• **Your task**
Look below. Copy each line that has "IFCDIRECTION" in it.

• **Records for this task**
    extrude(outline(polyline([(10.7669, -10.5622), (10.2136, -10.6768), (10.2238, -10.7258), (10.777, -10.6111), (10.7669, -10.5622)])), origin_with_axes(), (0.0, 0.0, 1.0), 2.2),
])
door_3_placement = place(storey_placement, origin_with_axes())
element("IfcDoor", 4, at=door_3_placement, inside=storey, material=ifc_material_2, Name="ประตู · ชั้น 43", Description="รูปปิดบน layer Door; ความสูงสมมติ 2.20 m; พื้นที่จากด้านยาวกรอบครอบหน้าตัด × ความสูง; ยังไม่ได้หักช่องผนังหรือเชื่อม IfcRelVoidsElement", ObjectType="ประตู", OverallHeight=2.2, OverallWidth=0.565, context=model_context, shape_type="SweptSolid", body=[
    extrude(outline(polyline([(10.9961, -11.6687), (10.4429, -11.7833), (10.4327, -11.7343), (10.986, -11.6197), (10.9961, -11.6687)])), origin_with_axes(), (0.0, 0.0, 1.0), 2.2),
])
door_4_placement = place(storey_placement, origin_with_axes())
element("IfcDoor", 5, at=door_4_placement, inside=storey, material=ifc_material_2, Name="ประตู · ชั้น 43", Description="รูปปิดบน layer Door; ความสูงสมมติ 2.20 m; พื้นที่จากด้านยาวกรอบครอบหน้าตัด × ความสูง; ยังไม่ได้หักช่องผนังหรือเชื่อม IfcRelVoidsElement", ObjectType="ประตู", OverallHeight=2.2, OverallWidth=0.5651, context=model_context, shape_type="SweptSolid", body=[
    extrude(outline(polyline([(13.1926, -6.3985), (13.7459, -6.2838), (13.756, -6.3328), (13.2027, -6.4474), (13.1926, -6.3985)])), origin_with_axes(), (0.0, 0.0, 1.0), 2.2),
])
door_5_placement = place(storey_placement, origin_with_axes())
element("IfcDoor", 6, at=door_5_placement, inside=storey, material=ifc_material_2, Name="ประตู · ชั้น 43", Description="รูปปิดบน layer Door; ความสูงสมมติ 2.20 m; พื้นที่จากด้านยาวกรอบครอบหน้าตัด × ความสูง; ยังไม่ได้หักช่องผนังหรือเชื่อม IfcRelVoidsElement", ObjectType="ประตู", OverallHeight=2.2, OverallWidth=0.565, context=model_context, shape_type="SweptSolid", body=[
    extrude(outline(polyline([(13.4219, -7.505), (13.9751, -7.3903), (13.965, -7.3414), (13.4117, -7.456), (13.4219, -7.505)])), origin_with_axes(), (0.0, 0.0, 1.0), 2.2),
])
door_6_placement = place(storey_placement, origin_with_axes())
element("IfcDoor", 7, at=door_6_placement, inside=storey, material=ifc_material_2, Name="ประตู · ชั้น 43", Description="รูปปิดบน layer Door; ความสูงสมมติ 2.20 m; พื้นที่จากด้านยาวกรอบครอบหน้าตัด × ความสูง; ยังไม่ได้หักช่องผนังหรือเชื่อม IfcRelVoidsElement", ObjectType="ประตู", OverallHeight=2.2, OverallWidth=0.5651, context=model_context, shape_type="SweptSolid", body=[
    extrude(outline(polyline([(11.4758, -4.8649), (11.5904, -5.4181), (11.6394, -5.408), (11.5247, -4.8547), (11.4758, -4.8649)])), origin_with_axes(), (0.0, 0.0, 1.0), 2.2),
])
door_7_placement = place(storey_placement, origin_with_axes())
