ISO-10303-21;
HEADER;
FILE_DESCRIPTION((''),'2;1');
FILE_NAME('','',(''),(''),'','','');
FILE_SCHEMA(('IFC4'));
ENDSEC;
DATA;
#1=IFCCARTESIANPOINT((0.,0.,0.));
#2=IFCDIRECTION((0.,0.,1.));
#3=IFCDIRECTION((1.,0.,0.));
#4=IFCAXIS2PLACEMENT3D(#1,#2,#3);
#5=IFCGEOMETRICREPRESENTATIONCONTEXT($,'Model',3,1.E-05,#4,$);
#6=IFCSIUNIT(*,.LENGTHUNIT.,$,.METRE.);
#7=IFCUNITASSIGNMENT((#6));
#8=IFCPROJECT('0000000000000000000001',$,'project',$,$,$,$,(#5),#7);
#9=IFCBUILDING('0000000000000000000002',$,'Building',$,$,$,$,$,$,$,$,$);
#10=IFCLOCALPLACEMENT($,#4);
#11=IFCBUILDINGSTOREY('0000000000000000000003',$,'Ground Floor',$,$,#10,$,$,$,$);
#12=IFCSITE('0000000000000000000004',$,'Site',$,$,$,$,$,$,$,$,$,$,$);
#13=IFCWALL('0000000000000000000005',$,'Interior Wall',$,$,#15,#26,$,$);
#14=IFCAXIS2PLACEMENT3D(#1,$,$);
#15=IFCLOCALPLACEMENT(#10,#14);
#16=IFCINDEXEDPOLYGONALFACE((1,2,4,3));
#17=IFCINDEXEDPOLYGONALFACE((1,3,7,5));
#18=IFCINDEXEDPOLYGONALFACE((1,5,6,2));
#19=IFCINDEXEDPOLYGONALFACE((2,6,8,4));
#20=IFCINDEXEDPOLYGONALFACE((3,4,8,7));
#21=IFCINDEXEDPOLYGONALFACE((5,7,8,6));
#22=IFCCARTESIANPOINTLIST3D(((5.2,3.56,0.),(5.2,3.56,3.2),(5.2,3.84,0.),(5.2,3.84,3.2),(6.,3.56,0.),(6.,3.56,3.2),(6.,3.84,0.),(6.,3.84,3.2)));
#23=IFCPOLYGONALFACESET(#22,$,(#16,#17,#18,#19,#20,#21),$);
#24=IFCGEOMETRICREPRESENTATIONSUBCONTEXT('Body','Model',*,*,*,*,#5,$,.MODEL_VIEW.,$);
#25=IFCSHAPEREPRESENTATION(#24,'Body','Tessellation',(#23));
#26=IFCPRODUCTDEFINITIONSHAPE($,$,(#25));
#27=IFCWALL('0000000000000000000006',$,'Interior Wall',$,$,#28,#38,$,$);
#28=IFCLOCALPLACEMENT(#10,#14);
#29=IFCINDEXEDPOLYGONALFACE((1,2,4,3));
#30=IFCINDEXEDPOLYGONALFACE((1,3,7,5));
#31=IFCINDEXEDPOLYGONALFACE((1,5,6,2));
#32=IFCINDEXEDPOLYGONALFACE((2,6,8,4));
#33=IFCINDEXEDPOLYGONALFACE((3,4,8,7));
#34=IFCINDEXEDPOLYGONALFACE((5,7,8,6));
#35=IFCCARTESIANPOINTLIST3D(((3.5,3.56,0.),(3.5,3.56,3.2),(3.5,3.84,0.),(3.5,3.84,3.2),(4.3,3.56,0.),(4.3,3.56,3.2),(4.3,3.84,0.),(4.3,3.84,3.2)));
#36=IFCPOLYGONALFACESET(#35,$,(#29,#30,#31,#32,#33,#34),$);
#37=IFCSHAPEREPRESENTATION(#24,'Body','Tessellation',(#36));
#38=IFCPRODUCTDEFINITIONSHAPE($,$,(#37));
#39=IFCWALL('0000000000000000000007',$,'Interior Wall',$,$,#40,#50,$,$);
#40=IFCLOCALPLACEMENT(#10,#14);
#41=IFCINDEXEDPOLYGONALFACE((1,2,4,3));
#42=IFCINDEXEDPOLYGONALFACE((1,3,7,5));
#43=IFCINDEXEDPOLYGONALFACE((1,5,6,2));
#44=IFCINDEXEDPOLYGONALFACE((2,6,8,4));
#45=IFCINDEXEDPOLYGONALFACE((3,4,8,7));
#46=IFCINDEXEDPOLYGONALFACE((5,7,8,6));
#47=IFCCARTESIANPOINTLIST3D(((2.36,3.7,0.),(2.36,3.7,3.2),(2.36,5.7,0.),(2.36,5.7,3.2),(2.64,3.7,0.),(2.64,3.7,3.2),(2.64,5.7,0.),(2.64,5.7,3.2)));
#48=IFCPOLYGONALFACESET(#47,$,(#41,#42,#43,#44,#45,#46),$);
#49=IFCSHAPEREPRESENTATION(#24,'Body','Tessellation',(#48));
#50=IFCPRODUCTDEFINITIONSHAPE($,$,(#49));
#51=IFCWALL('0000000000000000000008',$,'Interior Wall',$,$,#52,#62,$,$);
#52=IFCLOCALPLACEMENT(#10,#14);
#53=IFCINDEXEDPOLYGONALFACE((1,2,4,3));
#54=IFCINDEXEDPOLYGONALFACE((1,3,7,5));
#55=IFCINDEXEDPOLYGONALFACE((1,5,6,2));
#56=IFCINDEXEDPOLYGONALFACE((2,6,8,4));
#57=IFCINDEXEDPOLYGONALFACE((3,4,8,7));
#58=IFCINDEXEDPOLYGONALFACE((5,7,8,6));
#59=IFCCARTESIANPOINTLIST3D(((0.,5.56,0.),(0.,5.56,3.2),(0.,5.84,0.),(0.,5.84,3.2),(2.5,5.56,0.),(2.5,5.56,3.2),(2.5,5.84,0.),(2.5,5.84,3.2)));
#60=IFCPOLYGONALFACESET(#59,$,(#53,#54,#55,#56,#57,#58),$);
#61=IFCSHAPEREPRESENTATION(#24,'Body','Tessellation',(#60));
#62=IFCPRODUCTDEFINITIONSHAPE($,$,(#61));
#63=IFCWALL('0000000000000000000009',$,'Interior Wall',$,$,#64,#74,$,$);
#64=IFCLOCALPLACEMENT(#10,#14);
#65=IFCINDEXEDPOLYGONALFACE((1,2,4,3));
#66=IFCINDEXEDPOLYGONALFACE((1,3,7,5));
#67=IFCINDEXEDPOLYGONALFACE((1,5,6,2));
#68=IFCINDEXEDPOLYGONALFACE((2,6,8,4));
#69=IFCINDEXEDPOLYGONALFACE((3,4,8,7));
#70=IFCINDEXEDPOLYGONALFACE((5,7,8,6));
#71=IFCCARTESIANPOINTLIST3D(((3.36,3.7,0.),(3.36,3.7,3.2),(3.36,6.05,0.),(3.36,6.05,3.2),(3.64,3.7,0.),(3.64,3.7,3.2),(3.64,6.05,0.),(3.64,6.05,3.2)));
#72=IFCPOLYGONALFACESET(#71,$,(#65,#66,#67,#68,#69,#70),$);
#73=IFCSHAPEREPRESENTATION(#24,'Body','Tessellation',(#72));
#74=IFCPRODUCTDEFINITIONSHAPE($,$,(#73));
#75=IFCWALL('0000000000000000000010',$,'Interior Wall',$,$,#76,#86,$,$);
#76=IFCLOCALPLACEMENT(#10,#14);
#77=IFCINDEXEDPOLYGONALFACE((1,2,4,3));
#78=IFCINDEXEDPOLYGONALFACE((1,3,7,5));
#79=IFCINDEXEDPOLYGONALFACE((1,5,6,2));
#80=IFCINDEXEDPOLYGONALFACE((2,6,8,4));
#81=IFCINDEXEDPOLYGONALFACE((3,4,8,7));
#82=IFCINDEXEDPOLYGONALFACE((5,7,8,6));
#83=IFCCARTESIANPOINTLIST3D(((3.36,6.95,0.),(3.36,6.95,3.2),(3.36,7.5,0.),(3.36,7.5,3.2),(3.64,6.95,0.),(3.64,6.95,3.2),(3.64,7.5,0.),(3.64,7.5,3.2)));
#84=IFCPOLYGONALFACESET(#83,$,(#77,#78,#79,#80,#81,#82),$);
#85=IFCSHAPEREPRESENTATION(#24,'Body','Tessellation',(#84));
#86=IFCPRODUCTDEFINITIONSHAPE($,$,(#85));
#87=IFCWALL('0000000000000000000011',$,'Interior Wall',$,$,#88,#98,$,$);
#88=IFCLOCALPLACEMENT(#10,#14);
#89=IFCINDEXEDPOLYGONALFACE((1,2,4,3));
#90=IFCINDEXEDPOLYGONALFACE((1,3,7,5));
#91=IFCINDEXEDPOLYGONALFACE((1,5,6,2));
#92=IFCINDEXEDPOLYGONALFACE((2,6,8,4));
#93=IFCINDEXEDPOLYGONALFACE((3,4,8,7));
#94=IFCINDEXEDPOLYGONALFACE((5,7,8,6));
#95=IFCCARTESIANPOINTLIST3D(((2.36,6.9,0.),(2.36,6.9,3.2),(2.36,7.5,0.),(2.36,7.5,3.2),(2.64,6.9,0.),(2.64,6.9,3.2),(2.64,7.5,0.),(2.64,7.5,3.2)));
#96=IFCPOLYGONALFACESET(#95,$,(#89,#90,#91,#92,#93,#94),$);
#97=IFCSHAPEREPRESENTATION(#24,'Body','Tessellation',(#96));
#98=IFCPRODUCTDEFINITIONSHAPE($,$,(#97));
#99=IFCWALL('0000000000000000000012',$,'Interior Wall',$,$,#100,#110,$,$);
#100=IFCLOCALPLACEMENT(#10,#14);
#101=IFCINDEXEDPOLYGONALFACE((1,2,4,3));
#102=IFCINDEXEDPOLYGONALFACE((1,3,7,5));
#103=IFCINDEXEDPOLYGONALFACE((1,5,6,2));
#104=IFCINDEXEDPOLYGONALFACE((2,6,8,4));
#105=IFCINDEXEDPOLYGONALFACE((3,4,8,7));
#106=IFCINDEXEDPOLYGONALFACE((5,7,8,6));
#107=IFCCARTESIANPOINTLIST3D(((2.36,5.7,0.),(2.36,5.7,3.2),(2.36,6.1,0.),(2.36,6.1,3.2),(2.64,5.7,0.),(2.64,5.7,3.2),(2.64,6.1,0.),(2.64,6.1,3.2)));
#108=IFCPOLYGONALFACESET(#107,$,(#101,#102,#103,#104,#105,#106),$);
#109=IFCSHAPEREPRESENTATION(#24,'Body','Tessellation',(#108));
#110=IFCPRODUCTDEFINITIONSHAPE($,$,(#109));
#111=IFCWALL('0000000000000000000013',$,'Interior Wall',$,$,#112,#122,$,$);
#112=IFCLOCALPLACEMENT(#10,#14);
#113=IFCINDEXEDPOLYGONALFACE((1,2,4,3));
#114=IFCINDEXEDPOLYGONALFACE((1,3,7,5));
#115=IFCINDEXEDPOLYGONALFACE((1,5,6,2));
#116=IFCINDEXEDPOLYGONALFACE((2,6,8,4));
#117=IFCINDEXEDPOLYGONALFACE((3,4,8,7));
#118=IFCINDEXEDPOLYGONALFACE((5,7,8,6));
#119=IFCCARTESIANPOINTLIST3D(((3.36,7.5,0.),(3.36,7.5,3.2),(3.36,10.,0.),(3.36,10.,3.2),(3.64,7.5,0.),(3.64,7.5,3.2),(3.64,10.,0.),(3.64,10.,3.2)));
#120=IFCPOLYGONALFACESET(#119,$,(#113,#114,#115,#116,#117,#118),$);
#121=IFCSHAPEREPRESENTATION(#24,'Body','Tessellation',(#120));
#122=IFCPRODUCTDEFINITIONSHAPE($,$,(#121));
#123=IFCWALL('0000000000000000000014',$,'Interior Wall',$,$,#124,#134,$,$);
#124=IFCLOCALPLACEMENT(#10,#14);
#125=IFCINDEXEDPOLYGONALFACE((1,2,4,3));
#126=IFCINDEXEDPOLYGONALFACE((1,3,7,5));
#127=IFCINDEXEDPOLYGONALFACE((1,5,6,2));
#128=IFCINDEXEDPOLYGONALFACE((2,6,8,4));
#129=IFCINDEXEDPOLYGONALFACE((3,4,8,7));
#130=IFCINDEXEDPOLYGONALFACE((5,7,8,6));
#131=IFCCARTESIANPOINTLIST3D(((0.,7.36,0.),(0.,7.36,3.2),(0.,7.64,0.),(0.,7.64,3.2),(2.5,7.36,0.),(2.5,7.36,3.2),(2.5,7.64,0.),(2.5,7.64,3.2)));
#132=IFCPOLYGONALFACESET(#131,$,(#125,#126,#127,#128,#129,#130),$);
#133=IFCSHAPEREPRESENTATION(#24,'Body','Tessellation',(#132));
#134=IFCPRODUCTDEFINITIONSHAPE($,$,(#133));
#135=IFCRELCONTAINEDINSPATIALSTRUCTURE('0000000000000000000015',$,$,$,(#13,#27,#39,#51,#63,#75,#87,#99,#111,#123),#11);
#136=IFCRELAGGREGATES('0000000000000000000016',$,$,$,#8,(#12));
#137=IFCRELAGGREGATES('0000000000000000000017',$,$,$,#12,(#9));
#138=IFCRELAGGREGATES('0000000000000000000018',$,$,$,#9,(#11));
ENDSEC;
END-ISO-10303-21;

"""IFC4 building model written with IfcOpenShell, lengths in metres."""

from ifc_helpers import new_model, si_unit, frame, origin_with_axes, place, context, subcontext, project, spatial, indexed_curve, outline, extrude, element, save


model = new_model("IFC4")

# Units and contexts
model_context = context("Model", 3, precision=1e-05, world=origin_with_axes())
body_context = subcontext(model_context, "Body", "Model", "MODEL_VIEW")
ifc_project = project(units=[si_unit("LENGTHUNIT", "METRE")], contexts=[model_context])

# Site, building, storey
site = spatial("IfcSite", under=ifc_project, Name="Site")
building = spatial("IfcBuilding", under=site, Name="Building")
storey_placement = place(None, origin_with_axes())
storey = spatial("IfcBuildingStorey", under=building, at=storey_placement, Name="Ground Floor")

# Walls
for number, where, z_axis, x_axis, name in (
    (1, (6.0, 3.7, 0.0), (0.0, 0.0, 1.0), (-1.0, 0.0, 0.0), "Interior Wall"),
    (2, (4.3, 3.7, 0.0), (0.0, 0.0, 1.0), (-1.0, 0.0, 0.0), "Interior Wall"),
):
    element("IfcWall", number, at=place(storey_placement, frame(where, z_axis=z_axis, x_axis=x_axis)), inside=storey, Name=name, context=body_context, shape_type="SweptSolid", body=[
        extrude(outline(indexed_curve([(0.0, 0.0), (0.0, 0.28), (0.8, 0.28), (0.8, 0.0), (0.0, 0.0)], self_intersect=False)), frame((0.0, -0.14, 0.0), z_axis=(0.0, 0.0, 1.0), x_axis=(1.0, 0.0, 0.0)), (0.0, 0.0, 1.0), 3.2),
    ])
wall_1_placement = place(storey_placement, frame((2.5, 3.7, 0.0), z_axis=(0.0, 0.0, 1.0), x_axis=(0.0, 1.0, 0.0)))
element("IfcWall", 3, at=wall_1_placement, inside=storey, Name="Interior Wall", context=body_context, shape_type="SweptSolid", body=[
    extrude(outline(indexed_curve([(0.0, 0.0), (0.0, 0.28), (2.0, 0.28), (2.0, 0.0), (0.0, 0.0)], self_intersect=False)), frame((0.0, -0.14, 0.0), z_axis=(0.0, 0.0, 1.0), x_axis=(1.0, 0.0, 0.0)), (0.0, 0.0, 1.0), 3.2),
])
wall_2_placement = place(storey_placement, frame((2.5, 5.7, 0.0), z_axis=(0.0, 0.0, 1.0), x_axis=(-1.0, 0.0, 0.0)))
element("IfcWall", 4, at=wall_2_placement, inside=storey, Name="Interior Wall", context=body_context, shape_type="SweptSolid", body=[
    extrude(outline(indexed_curve([(0.0, 0.0), (0.0, 0.28), (2.5, 0.28), (2.5, 0.0), (0.0, 0.0)], self_intersect=False)), frame((0.0, -0.14, 0.0), z_axis=(0.0, 0.0, 1.0), x_axis=(1.0, 0.0, 0.0)), (0.0, 0.0, 1.0), 3.2),
])
wall_3_placement = place(storey_placement, frame((3.5, 3.7, 0.0), z_axis=(0.0, 0.0, 1.0), x_axis=(0.0, 1.0, 0.0)))
element("IfcWall", 5, at=wall_3_placement, inside=storey, Name="Interior Wall", context=body_context, shape_type="SweptSolid", body=[
    extrude(outline(indexed_curve([(0.0, 0.0), (0.0, 0.28), (2.35, 0.28), (2.35, 0.0), (0.0, 0.0)], self_intersect=False)), frame((0.0, -0.14, 0.0), z_axis=(0.0, 0.0, 1.0), x_axis=(1.0, 0.0, 0.0)), (0.0, 0.0, 1.0), 3.2),
])
wall_4_placement = place(storey_placement, frame((3.5, 6.95, 0.0), z_axis=(0.0, 0.0, 1.0), x_axis=(0.0, 1.0, 0.0)))
element("IfcWall", 6, at=wall_4_placement, inside=storey, Name="Interior Wall", context=body_context, shape_type="SweptSolid", body=[
    extrude(outline(indexed_curve([(0.0, 0.0), (0.0, 0.28), (0.55, 0.28), (0.55, 0.0), (0.0, 0.0)], self_intersect=False)), frame((0.0, -0.14, 0.0), z_axis=(0.0, 0.0, 1.0), x_axis=(1.0, 0.0, 0.0)), (0.0, 0.0, 1.0), 3.2),
])
wall_5_placement = place(storey_placement, frame((2.5, 7.5, 0.0), z_axis=(0.0, 0.0, 1.0), x_axis=(0.0, -1.0, 0.0)))
element("IfcWall", 7, at=wall_5_placement, inside=storey, Name="Interior Wall", context=body_context, shape_type="SweptSolid", body=[
    extrude(outline(indexed_curve([(0.0, 0.0), (0.0, 0.28), (0.6, 0.28), (0.6, 0.0), (0.0, 0.0)], self_intersect=False)), frame((0.0, -0.14, 0.0), z_axis=(0.0, 0.0, 1.0), x_axis=(1.0, 0.0, 0.0)), (0.0, 0.0, 1.0), 3.2),
])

• **Solution for this exercise**
#2=IFCDIRECTION((0.,0.,1.));
#3=IFCDIRECTION((1.,0.,0.));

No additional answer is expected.